The cockpit voice recorder unfortunately could not be used for investigation due to improper power configuration. The aircraft was not equipped with flight data recorder as it was not required for such type of plane.

Analysis of the airplane log pages and flight crew records indicated that about 1,000 pounds of fuel were on board the airplane before the 600 pounds (90 gallons) were added on the day of the accident. The NTSB revealed that the crew had planned to add another 180 gallons of fuel. According to the NTSB, if the flight crew intended to load 180 gallons (about 1,200 pounds), it was common industry and company practice to ask for 90 gallons on each side (the left tank and right tank). However, due to a miscommunication, only 90 gallons (600 pounds) of fuel were added to the plane. The crew did order 90 gallons of fuel, but did not specify that it should be added to both tanks. Thus, only 90 gallons of fuel were added, a total confirmed by the fuel order receipt, which the crew most likely did not read.

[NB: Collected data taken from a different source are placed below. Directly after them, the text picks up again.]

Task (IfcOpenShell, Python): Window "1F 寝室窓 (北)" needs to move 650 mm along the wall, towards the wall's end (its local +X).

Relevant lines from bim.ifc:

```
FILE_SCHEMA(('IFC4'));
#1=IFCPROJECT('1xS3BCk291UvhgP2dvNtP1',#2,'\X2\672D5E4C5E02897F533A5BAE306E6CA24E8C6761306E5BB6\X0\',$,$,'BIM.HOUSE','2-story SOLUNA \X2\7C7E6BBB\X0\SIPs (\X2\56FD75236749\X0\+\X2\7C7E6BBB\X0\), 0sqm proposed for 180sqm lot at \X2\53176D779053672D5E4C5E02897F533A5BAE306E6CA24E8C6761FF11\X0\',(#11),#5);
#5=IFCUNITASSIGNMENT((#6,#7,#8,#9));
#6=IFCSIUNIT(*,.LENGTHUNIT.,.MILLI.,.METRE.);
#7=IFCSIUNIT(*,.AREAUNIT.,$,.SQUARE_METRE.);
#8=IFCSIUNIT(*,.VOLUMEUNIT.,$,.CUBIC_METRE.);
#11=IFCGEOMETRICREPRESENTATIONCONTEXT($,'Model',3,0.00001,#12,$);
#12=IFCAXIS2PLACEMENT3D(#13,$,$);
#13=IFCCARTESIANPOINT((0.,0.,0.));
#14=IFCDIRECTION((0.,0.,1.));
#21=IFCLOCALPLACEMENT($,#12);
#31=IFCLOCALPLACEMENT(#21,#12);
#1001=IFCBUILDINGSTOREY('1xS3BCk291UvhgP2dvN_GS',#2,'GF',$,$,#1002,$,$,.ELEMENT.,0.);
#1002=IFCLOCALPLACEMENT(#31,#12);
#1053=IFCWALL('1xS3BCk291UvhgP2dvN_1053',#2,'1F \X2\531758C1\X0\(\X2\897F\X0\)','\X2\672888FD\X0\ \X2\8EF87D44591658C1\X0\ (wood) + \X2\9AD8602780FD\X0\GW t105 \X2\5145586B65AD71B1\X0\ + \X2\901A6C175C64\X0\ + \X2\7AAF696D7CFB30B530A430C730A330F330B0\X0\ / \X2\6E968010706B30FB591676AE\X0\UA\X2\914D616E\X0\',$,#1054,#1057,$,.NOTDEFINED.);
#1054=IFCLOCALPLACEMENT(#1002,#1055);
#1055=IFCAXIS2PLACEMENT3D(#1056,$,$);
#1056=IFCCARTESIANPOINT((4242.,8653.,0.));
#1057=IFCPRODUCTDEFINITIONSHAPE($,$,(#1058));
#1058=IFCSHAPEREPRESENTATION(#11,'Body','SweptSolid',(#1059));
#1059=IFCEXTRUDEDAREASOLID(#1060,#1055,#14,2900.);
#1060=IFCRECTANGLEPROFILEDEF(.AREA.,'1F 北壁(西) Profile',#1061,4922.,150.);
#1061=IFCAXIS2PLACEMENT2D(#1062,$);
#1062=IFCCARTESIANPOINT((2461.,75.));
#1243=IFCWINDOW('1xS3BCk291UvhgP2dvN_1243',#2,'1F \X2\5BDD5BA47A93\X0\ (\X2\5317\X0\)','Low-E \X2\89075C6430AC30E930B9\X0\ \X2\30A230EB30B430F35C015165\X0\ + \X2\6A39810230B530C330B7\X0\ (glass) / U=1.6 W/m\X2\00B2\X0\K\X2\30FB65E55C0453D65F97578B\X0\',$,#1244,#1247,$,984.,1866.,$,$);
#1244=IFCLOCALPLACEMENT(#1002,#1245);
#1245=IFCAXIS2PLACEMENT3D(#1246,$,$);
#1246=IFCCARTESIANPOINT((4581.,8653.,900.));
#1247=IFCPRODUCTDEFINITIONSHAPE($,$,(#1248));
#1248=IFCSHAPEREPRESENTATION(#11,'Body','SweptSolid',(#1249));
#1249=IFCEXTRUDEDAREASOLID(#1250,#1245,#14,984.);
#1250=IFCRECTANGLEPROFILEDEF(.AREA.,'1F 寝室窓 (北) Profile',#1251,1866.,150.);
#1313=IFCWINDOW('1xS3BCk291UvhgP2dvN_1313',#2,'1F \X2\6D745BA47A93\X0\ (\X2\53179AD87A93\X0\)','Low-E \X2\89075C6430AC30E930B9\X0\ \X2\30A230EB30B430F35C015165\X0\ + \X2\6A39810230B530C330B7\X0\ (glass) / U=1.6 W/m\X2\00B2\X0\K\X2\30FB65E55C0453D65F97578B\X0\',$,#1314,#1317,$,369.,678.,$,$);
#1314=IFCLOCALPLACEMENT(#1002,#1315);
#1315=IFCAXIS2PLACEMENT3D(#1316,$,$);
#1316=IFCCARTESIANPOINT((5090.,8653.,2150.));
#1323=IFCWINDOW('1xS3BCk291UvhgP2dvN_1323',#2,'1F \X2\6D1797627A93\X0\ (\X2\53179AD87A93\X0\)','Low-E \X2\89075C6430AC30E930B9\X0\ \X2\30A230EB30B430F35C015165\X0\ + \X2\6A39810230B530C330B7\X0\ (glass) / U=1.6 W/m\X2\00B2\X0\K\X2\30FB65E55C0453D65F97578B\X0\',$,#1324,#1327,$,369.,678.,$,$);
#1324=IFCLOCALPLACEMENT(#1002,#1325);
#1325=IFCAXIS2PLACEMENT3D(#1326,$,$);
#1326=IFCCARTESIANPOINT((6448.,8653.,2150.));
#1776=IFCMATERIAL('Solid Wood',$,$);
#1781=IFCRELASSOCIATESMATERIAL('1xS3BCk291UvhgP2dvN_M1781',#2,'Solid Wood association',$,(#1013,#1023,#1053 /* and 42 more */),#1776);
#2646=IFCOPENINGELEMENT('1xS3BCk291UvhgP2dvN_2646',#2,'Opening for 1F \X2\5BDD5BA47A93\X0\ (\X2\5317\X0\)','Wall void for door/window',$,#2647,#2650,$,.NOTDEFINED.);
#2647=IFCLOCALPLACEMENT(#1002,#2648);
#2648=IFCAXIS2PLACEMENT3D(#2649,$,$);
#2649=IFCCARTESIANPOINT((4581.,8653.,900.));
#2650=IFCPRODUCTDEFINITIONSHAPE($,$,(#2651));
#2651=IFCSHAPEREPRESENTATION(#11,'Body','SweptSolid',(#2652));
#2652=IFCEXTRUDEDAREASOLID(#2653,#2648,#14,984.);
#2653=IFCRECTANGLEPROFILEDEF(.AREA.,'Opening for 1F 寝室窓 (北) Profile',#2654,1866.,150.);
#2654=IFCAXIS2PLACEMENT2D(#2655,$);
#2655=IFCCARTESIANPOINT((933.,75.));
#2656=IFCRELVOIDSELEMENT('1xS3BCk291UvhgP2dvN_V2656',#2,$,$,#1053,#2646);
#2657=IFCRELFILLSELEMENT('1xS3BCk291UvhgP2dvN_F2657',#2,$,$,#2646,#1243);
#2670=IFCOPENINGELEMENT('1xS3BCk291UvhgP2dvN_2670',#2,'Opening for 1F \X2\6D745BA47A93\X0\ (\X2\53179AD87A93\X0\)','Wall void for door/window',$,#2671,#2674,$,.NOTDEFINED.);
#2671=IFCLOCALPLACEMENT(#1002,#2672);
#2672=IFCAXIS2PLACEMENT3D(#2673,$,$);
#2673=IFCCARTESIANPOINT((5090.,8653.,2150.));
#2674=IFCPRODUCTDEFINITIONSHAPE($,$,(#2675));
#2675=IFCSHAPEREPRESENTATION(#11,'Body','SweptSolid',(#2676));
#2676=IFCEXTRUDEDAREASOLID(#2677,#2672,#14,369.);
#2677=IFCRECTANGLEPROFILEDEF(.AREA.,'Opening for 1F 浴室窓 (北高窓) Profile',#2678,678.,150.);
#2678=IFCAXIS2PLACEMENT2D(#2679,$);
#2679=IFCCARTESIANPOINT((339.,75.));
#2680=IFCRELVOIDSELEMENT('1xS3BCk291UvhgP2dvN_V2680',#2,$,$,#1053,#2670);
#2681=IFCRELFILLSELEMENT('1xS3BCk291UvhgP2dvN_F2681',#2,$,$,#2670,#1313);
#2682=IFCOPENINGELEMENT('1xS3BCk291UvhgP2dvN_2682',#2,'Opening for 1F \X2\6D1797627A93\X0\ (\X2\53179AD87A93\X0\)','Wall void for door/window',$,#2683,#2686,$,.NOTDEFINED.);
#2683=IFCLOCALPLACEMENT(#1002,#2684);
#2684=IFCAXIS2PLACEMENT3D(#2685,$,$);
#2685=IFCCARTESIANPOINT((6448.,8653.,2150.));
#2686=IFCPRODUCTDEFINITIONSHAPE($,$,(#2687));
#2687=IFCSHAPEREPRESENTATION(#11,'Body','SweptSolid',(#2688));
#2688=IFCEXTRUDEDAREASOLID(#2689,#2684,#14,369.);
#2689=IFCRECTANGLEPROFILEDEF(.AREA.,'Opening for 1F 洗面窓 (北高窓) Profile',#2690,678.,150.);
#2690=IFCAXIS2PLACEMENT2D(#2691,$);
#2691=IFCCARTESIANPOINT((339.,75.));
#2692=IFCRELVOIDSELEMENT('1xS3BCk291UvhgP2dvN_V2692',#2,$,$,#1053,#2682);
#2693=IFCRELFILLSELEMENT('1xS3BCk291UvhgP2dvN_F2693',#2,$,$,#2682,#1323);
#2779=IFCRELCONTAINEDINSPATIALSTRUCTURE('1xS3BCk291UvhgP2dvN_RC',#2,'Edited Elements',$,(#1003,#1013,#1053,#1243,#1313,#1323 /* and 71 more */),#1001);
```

```python
import ifcopenshell
import ifcopenshell.api.geometry
import ifcopenshell.util.placement
import ifcopenshell.util.unit

model = ifcopenshell.open("bim.ifc")
unit_scale = ifcopenshell.util.unit.calculate_unit_scale(model)

window = model.by_guid("1xS3BCk291UvhgP2dvN_1243")
opening = window.FillsVoids[0].RelatingOpeningElement
wall = opening.VoidsElements[0].RelatingBuildingElement

wall_matrix = ifcopenshell.util.placement.get_local_placement(wall.ObjectPlacement)
shift = wall_matrix[:3, 0] * 0.65 / unit_scale
before = ifcopenshell.util.placement.get_local_placement(window.ObjectPlacement)[:3, 3].copy()

# The window is not placed relative to its opening, so move both.
for product in (opening, window):
    matrix = ifcopenshell.util.placement.get_local_placement(product.ObjectPlacement)
    matrix[:3, 3] += shift
    ifcopenshell.api.geometry.edit_object_placement(model, product=product, matrix=matrix, is_si=False)

after = ifcopenshell.util.placement.get_local_placement(window.ObjectPlacement)[:3, 3]
print("window moved by", (after - before).round(3) + 0.0)

model.write("bim_updated.ifc")
```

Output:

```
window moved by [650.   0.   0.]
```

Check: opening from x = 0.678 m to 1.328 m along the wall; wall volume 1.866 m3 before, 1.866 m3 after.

Captain Basat and First Officer MacVicar then completed the load manifest. They stated that the plane was loaded with 2,400 pounds of fuel when it departed from Farmingdale. In reality, there were only 1,600 pounds of fuel on board, 800 pounds less than intended. Calculations by the NTSB revealed that if the plane were loaded with a total of 2,400 pounds of fuel, then the crew would not have had to refuel in Atlantic City.

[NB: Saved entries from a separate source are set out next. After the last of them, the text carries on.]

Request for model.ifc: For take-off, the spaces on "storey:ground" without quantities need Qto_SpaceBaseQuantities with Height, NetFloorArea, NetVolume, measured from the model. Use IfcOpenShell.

First a look at what the model holds.

```python
import ifcopenshell
import ifcopenshell.util.element
import ifcopenshell.util.unit

model = ifcopenshell.open("model.ifc")
print(model.schema)
for unit_type in ("LENGTHUNIT", "AREAUNIT", "VOLUMEUNIT"):
    print(unit_type, ifcopenshell.util.unit.calculate_unit_scale(model, unit_type))
storey = next(s for s in model.by_type("IfcBuildingStorey") if s.Name == "storey:ground")
spaces = [e for e in ifcopenshell.util.element.get_decomposition(storey) if e.is_a("IfcSpace")]
for e in sorted(spaces, key=lambda e: e.id()):
    print(e.id(), e.is_a(), e.Name, list(ifcopenshell.util.element.get_psets(e, qtos_only=True)), sep=" | ")
```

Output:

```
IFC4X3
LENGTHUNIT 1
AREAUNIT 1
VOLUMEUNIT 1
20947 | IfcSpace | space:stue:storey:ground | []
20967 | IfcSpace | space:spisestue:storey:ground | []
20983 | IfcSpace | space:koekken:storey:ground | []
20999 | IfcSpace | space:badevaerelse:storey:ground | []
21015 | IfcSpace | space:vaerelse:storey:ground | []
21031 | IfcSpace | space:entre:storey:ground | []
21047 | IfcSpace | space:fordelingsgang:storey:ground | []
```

```python
import ifcopenshell
import ifcopenshell.api.pset
import ifcopenshell.geom
import ifcopenshell.util.element
import ifcopenshell.util.shape
import ifcopenshell.util.unit

model = ifcopenshell.open("model.ifc")
unit_scale = ifcopenshell.util.unit.calculate_unit_scale(model)
area_scale = ifcopenshell.util.unit.calculate_unit_scale(model, "AREAUNIT")
volume_scale = ifcopenshell.util.unit.calculate_unit_scale(model, "VOLUMEUNIT")
settings = ifcopenshell.geom.settings()

storey = next(s for s in model.by_type("IfcBuildingStorey") if s.Name == "storey:ground")
spaces = [e for e in ifcopenshell.util.element.get_decomposition(storey) if e.is_a("IfcSpace")]

for e in sorted(spaces, key=lambda e: e.id()):
    if ifcopenshell.util.element.get_psets(e, qtos_only=True, should_inherit=False):
        continue
    # Geometry comes back in metres, in the element's own axes.
    shape = ifcopenshell.geom.create_shape(settings, e)
    values = {
        "Height": ifcopenshell.util.shape.get_z(shape.geometry) / unit_scale,
        "NetFloorArea": ifcopenshell.util.shape.get_footprint_area(shape.geometry) / area_scale,
        "NetVolume": ifcopenshell.util.shape.get_volume(shape.geometry) / volume_scale,
    }
    qto = ifcopenshell.api.pset.add_qto(model, product=e, name="Qto_SpaceBaseQuantities")
    ifcopenshell.api.pset.edit_qto(model, qto=qto, properties=values)
    print(e.id(), {k: round(v, 3) for k, v in values.items()})

model.write("model_rev.ifc")
```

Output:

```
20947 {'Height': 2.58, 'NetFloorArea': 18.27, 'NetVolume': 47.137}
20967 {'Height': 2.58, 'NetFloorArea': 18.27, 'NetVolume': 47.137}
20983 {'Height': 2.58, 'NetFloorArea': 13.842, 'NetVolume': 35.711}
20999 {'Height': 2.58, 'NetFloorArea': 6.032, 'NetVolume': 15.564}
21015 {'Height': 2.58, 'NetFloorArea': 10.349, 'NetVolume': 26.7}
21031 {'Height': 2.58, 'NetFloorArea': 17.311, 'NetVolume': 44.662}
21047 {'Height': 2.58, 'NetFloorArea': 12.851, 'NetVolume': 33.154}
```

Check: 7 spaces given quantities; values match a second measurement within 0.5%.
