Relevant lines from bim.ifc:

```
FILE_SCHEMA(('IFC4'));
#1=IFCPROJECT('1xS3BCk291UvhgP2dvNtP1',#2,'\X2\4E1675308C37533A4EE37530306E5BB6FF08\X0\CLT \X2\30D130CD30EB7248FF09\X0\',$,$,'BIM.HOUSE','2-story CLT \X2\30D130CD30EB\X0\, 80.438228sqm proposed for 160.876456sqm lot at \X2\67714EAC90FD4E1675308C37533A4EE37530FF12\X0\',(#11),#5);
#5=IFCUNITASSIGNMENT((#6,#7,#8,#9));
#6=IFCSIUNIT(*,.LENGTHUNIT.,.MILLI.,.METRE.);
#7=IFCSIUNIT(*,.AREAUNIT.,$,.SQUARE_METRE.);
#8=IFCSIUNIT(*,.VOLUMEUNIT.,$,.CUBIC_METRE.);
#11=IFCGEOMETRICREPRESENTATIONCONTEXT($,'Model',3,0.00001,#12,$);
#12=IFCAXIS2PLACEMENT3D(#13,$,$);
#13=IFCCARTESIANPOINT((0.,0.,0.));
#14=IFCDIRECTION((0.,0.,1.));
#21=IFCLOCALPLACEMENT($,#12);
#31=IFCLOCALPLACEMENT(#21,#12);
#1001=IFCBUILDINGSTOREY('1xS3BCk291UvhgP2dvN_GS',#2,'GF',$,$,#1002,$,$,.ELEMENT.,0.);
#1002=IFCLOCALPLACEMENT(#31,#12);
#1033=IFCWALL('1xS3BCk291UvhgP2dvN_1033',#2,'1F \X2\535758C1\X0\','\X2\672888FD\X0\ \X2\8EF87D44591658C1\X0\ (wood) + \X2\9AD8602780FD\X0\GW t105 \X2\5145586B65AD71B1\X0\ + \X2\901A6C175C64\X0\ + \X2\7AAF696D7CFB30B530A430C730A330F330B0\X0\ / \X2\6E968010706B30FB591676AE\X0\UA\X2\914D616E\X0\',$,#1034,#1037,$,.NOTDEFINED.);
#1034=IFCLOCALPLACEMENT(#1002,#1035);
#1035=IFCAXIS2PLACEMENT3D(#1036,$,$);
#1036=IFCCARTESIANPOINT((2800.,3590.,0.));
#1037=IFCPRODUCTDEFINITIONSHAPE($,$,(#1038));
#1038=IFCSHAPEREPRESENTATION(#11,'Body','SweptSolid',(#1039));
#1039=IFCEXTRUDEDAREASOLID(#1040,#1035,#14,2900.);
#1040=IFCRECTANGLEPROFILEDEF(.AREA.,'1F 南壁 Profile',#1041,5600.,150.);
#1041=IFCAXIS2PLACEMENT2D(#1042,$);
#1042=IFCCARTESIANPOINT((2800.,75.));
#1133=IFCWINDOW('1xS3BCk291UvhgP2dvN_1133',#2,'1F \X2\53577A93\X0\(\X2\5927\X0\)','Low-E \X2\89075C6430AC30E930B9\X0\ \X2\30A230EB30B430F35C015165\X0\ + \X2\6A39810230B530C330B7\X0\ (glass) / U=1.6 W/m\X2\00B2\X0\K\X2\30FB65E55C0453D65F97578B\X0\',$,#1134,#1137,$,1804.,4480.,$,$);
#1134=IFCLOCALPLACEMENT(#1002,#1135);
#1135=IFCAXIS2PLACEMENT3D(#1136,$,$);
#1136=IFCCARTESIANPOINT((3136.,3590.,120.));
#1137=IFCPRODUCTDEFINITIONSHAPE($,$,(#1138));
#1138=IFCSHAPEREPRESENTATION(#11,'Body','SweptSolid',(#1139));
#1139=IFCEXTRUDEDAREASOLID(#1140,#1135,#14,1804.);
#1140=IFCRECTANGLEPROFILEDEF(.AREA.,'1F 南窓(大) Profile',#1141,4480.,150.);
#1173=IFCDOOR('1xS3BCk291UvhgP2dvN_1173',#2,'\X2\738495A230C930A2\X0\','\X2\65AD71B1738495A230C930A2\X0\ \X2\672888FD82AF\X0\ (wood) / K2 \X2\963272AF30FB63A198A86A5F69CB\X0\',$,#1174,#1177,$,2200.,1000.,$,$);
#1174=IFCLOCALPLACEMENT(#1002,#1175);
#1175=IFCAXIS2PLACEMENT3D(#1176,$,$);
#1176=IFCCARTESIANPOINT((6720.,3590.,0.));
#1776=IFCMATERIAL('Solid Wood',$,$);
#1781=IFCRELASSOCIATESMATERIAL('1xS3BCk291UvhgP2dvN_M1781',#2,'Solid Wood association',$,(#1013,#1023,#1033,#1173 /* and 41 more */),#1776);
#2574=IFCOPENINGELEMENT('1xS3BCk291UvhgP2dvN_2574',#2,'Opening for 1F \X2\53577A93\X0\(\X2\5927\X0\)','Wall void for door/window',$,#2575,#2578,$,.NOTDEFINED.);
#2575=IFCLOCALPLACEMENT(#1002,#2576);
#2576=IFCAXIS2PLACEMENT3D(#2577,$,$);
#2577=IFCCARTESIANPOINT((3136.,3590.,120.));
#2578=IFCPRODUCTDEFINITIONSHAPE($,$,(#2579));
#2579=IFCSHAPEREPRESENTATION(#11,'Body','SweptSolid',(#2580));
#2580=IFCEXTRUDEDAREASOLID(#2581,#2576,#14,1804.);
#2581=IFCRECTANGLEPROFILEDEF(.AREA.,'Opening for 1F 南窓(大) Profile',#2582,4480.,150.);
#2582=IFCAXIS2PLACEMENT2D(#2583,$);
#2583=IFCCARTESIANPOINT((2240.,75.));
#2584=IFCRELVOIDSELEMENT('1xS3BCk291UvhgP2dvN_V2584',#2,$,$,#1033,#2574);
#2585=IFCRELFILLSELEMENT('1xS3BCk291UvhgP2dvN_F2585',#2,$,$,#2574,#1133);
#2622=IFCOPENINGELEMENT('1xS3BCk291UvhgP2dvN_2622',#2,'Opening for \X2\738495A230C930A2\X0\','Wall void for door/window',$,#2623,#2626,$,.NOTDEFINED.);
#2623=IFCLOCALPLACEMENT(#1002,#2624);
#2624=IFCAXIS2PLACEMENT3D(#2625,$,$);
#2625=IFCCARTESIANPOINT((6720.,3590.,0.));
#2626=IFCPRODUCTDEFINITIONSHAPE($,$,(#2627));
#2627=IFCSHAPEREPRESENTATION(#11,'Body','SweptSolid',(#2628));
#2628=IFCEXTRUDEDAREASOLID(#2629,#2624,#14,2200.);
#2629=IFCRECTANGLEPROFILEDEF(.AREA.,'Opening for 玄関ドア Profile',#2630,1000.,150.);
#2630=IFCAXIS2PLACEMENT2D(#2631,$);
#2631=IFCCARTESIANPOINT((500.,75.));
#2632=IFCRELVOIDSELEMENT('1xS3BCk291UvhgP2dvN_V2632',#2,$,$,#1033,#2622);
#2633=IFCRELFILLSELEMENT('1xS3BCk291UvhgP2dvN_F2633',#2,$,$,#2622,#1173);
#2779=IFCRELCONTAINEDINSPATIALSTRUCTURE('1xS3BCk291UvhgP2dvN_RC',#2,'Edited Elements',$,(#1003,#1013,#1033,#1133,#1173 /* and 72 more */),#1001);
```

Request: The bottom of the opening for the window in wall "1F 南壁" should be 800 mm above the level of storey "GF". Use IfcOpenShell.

```python
import numpy as np
import ifcopenshell
import ifcopenshell.api.geometry
import ifcopenshell.geom
import ifcopenshell.util.element
import ifcopenshell.util.placement
import ifcopenshell.util.shape
import ifcopenshell.util.unit

model = ifcopenshell.open("bim.ifc")
unit_scale = ifcopenshell.util.unit.calculate_unit_scale(model)

window = model.by_guid("1xS3BCk291UvhgP2dvN_1133")
opening = window.FillsVoids[0].RelatingOpeningElement
storey = ifcopenshell.util.element.get_container(window, ifc_class="IfcBuildingStorey")
level = ifcopenshell.util.placement.get_local_placement(storey.ObjectPlacement)[2, 3]

# The opening's origin need not be at the sill, so measure its lowest point.
shape = ifcopenshell.geom.create_shape(ifcopenshell.geom.settings(), opening)
bottom = ifcopenshell.util.shape.get_shape_bottom_elevation(shape, shape.geometry) / unit_scale
dz = level + 800.0 - bottom

shift = np.array([0.0, 0.0, dz])
# The window is not placed relative to its opening, so move both.
for product in (opening, window):
    matrix = ifcopenshell.util.placement.get_local_placement(product.ObjectPlacement)
    matrix[:3, 3] += shift
    ifcopenshell.api.geometry.edit_object_placement(model, product=product, matrix=matrix, is_si=False)

print(f"moved by {dz * unit_scale:+.3f} m")

model.write("bim-out.ifc")
```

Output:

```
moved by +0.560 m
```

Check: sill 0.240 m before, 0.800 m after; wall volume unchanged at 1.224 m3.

Since the crew believed that there was enough fuel on board, they apparently ignored the low fuel quantity annunciator lights that should have warned them of their lack of fuel. However, the NTSB stated that these lights can be easily "overlooked".

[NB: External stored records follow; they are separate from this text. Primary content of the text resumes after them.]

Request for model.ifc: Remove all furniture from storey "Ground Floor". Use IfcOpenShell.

First a look at what the model holds.

```python
import ifcopenshell
import ifcopenshell.util.element

model = ifcopenshell.open("model.ifc")
print(model.schema)
storey = next(s for s in model.by_type("IfcBuildingStorey") if s.Name == "Ground Floor")
furniture = [e for e in ifcopenshell.util.element.get_decomposition(storey) if e.is_a("IfcFurnishingElement")]
seen = {}
for e in furniture:
    element_type = ifcopenshell.util.element.get_type(e)
    name = element_type.Name if element_type not in (None, e) else None
    seen[name] = seen.get(name, 0) + 1
for name, count in sorted(seen.items(), key=str):
    print(count, "x", name)
```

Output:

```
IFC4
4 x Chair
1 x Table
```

```python
import ifcopenshell
import ifcopenshell.api.root
import ifcopenshell.util.element

model = ifcopenshell.open("model.ifc")

storey = next(s for s in model.by_type("IfcBuildingStorey") if s.Name == "Ground Floor")
furniture = [e for e in ifcopenshell.util.element.get_decomposition(storey) if e.is_a("IfcFurnishingElement")]

for e in furniture:
    ifcopenshell.api.root.remove_product(model, product=e)
print(len(furniture), "removed")

model.write("model_updated.ifc")
```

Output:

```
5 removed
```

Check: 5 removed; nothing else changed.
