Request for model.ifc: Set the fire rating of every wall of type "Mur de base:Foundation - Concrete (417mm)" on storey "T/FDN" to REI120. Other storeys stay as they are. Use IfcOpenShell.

First a look at what the model holds.

```python
import ifcopenshell
import ifcopenshell.util.element

model = ifcopenshell.open("model.ifc")
print(model.schema)
storey = next(s for s in model.by_type("IfcBuildingStorey") if s.Name == "T/FDN")
walls = [e for e in ifcopenshell.util.element.get_decomposition(storey) if e.is_a("IfcWall")]
seen = {}
for e in walls:
    element_type = ifcopenshell.util.element.get_type(e)
    key = (element_type.Name if element_type != e and element_type else None, ifcopenshell.util.element.get_pset(e, "Pset_WallCommon", "FireRating"))
    seen[key] = seen.get(key, 0) + 1
for (name, value), count in sorted(seen.items(), key=str):
    print(count, "x", name, "|", value)
```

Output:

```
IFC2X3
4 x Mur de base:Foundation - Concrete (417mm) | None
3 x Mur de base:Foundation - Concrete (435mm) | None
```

```python
import ifcopenshell
import ifcopenshell.api.pset
import ifcopenshell.util.element

model = ifcopenshell.open("model.ifc")

storey = next(s for s in model.by_type("IfcBuildingStorey") if s.Name == "T/FDN")
walls = [e for e in ifcopenshell.util.element.get_decomposition(storey) if e.is_a("IfcWall")]

count = 0
for e in walls:
    element_type = ifcopenshell.util.element.get_type(e)
    if element_type in (None, e) or element_type.Name != "Mur de base:Foundation - Concrete (417mm)":
        continue
    # add_pset returns the element's existing set when there is one.
    pset = ifcopenshell.api.pset.add_pset(model, product=e, name="Pset_WallCommon")
    ifcopenshell.api.pset.edit_pset(model, pset=pset, properties={"FireRating": "REI120"})
    count += 1

print(count, "walls updated")

model.write("model_updated.ifc")
```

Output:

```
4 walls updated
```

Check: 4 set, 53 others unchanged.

As the plane ran out of fuel, the right engine stopped. This failure on the right engine caused the plane to deviate from its planned track. Although the pilots were able to restart the engine, it failed again seconds later, along with the left engine. Low airspeed then caused loss of control of the plane.

The final accident report was published on August 29, 2002, and concluded the cause of the crash was pilot error:

"The National Transportation Safety Board determines that the probable cause of this accident was the flight crew's failure to ensure an adequate fuel supply for the flight, which led to the stoppage of the right engine due to fuel exhaustion and the intermittent stoppage of the left engine due to fuel starvation. Contributing to the accident were the flight crew's failure to monitor the airplane's fuel state and the flight crew's failure to maintain directional control after the initial engine stoppage."

==Aftermath==
Following the release of the final report, relatives of the victims began suing Executive Airlines for negligence. The aircraft's manufacturer, British Aerospace, was also sued for undisclosed reasons. CEO of Executive Airlines Michael Peragine challenged the NTSB for allegedly overlooking several factors that might have contributed to the accident. However, a lawsuit totalling $32 million USD was eventually settled, which was made public by U.S District Court for Scranton in 2003.